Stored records

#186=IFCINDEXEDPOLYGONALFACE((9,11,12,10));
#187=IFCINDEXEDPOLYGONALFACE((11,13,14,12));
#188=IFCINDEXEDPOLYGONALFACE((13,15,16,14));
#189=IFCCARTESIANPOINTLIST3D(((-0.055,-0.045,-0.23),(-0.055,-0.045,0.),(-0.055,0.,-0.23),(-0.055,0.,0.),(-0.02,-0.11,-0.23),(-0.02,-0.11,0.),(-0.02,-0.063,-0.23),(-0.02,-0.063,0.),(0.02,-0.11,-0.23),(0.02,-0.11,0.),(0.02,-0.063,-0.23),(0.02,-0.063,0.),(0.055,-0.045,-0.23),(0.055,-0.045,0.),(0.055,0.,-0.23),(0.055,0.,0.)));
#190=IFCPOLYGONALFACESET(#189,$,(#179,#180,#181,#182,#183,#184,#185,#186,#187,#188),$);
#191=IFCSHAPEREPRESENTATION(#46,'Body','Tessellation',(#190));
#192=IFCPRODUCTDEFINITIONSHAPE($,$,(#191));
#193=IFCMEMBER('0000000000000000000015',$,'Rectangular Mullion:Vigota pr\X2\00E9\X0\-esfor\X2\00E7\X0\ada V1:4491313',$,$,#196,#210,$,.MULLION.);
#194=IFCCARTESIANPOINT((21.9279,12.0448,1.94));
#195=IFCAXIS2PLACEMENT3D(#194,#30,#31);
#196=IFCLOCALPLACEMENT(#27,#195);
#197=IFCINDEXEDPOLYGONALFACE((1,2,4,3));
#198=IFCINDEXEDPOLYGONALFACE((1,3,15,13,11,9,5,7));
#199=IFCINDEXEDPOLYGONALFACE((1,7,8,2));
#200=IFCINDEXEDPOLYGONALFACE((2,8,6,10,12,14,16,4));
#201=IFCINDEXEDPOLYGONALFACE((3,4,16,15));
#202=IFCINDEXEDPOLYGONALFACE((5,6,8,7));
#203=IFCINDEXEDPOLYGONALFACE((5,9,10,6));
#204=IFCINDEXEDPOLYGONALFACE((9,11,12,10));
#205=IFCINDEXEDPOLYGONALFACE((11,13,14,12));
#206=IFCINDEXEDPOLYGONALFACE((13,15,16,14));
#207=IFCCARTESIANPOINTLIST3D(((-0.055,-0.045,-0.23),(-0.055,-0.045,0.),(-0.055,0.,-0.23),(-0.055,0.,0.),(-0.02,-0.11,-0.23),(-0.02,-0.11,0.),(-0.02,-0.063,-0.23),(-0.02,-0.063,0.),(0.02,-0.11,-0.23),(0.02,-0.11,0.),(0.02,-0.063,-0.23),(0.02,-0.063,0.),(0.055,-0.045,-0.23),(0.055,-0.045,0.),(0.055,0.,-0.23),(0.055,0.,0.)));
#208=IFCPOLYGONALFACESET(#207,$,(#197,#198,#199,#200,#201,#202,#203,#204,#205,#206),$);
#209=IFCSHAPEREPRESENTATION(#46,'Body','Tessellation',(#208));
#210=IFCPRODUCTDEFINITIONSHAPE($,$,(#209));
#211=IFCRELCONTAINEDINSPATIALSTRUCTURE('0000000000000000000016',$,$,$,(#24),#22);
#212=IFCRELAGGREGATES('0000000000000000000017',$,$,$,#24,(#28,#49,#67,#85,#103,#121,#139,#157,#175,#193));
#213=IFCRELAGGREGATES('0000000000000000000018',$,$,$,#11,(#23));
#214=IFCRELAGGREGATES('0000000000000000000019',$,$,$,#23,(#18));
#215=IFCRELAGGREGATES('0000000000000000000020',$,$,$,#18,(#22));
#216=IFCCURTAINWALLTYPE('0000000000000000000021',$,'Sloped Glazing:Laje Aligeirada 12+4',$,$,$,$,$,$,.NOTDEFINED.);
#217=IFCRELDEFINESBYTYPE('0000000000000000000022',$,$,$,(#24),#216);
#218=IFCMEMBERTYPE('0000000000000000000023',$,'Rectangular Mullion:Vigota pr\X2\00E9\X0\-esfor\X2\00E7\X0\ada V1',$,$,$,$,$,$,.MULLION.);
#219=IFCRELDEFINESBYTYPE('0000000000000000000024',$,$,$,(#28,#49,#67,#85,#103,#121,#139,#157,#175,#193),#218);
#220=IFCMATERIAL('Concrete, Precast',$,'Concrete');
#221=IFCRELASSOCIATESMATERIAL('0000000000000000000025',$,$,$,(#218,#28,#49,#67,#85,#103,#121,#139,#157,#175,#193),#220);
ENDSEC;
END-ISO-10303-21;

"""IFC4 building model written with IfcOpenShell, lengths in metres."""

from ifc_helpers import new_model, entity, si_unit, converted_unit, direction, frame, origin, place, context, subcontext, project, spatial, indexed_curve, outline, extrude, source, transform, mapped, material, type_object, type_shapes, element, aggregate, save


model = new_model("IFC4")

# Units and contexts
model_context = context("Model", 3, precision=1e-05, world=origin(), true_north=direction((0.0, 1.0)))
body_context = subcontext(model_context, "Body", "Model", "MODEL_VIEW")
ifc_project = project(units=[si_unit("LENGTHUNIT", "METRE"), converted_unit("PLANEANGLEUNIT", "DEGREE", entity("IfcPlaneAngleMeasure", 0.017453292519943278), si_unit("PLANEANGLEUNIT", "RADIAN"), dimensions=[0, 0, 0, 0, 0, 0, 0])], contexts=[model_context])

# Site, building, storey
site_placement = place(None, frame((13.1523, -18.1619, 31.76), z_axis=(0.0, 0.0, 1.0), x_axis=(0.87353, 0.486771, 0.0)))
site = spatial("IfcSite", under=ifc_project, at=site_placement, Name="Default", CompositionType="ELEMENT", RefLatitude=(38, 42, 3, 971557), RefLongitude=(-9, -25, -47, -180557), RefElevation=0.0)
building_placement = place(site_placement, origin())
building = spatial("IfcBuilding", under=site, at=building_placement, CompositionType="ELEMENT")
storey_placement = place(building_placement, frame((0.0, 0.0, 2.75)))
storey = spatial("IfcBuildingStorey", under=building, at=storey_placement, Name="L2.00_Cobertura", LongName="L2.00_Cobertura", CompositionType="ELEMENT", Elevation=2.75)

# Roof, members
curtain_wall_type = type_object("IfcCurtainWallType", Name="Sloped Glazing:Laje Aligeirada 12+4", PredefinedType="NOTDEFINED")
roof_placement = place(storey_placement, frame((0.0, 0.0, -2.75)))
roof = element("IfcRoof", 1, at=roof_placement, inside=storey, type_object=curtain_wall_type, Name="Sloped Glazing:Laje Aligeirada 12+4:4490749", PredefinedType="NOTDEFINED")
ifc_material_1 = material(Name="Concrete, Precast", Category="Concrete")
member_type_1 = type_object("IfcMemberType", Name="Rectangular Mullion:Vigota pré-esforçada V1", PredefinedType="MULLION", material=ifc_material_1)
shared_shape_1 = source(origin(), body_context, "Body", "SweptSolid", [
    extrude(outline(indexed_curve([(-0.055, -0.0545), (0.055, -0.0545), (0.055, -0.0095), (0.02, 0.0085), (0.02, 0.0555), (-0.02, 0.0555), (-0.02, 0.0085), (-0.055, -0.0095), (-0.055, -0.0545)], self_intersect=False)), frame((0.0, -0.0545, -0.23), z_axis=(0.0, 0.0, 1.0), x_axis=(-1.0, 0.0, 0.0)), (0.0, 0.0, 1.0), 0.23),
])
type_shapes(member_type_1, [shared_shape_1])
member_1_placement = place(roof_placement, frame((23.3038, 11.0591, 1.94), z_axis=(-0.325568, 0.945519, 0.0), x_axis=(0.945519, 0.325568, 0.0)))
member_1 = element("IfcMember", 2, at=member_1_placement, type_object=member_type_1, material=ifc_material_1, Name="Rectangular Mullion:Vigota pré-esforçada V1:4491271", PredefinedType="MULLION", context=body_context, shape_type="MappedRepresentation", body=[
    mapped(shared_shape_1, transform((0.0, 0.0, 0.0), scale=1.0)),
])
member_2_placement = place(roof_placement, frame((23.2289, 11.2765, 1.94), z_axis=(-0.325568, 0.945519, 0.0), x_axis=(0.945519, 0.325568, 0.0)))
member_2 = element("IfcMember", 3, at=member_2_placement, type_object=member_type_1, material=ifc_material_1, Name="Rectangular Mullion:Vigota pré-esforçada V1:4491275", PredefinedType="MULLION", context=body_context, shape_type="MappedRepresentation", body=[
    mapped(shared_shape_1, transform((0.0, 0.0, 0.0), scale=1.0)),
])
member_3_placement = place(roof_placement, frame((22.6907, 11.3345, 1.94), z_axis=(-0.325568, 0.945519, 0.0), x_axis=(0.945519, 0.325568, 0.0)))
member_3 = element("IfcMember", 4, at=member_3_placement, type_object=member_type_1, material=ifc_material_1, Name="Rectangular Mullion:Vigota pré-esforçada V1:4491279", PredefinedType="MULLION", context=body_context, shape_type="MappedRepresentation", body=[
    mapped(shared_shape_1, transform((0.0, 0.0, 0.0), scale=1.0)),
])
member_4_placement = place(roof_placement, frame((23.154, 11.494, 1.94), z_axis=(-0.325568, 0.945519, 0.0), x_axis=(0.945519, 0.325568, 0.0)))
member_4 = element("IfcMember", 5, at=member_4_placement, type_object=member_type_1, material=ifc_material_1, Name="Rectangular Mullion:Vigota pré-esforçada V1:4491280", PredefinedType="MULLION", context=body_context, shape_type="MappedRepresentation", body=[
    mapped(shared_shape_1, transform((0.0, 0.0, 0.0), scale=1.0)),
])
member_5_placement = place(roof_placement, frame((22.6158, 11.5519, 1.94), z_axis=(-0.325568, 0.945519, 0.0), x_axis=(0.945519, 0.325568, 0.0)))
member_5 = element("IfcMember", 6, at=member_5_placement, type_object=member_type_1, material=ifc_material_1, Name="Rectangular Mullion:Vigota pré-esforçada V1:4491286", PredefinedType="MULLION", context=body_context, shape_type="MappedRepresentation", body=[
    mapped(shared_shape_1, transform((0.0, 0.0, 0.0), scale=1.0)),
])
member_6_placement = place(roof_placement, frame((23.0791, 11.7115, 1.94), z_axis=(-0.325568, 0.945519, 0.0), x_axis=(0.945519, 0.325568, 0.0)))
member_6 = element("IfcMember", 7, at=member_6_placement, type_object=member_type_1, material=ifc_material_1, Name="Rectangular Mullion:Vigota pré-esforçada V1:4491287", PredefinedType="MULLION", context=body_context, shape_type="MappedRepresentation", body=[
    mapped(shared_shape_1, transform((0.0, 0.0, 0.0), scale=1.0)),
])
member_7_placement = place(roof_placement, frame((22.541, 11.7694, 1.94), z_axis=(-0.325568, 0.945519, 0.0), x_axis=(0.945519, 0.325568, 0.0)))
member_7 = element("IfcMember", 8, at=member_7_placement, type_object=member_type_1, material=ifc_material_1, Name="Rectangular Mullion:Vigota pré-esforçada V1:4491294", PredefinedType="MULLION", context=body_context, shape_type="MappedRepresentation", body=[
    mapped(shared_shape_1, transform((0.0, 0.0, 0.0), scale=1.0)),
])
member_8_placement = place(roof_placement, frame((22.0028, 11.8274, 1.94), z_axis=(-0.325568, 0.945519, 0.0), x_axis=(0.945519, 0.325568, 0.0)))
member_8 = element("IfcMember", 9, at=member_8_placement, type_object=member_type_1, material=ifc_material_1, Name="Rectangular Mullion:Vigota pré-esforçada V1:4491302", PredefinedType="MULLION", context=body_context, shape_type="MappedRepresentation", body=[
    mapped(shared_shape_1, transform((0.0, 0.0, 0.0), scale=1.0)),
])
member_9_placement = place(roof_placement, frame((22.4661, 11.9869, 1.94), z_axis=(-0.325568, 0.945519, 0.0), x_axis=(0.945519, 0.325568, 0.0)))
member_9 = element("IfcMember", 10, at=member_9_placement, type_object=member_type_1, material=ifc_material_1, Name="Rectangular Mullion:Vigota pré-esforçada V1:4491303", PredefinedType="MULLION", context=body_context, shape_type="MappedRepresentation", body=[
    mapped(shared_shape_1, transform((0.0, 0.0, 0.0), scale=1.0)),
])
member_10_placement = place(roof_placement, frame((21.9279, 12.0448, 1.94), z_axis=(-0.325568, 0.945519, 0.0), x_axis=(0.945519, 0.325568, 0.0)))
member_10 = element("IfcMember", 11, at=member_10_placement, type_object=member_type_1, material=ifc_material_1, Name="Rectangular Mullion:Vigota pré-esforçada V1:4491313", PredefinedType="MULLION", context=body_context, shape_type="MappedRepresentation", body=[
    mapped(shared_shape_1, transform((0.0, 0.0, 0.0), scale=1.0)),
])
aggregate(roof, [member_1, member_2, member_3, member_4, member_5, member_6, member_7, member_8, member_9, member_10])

**ACTIVITY**
Look over the entries above. Copy every line that contains the word "Glazing".

**TASK RESULT**
#216=IFCCURTAINWALLTYPE('0000000000000000000021',$,'Sloped Glazing:Laje Aligeirada 12+4',$,$,$,$,$,$,.NOTDEFINED.);
curtain_wall_type = type_object("IfcCurtainWallType", Name="Sloped Glazing:Laje Aligeirada 12+4", PredefinedType="NOTDEFINED")
roof = element("IfcRoof", 1, at=roof_placement, inside=storey, type_object=curtain_wall_type, Name="Sloped Glazing:Laje Aligeirada 12+4:4490749", PredefinedType="NOTDEFINED")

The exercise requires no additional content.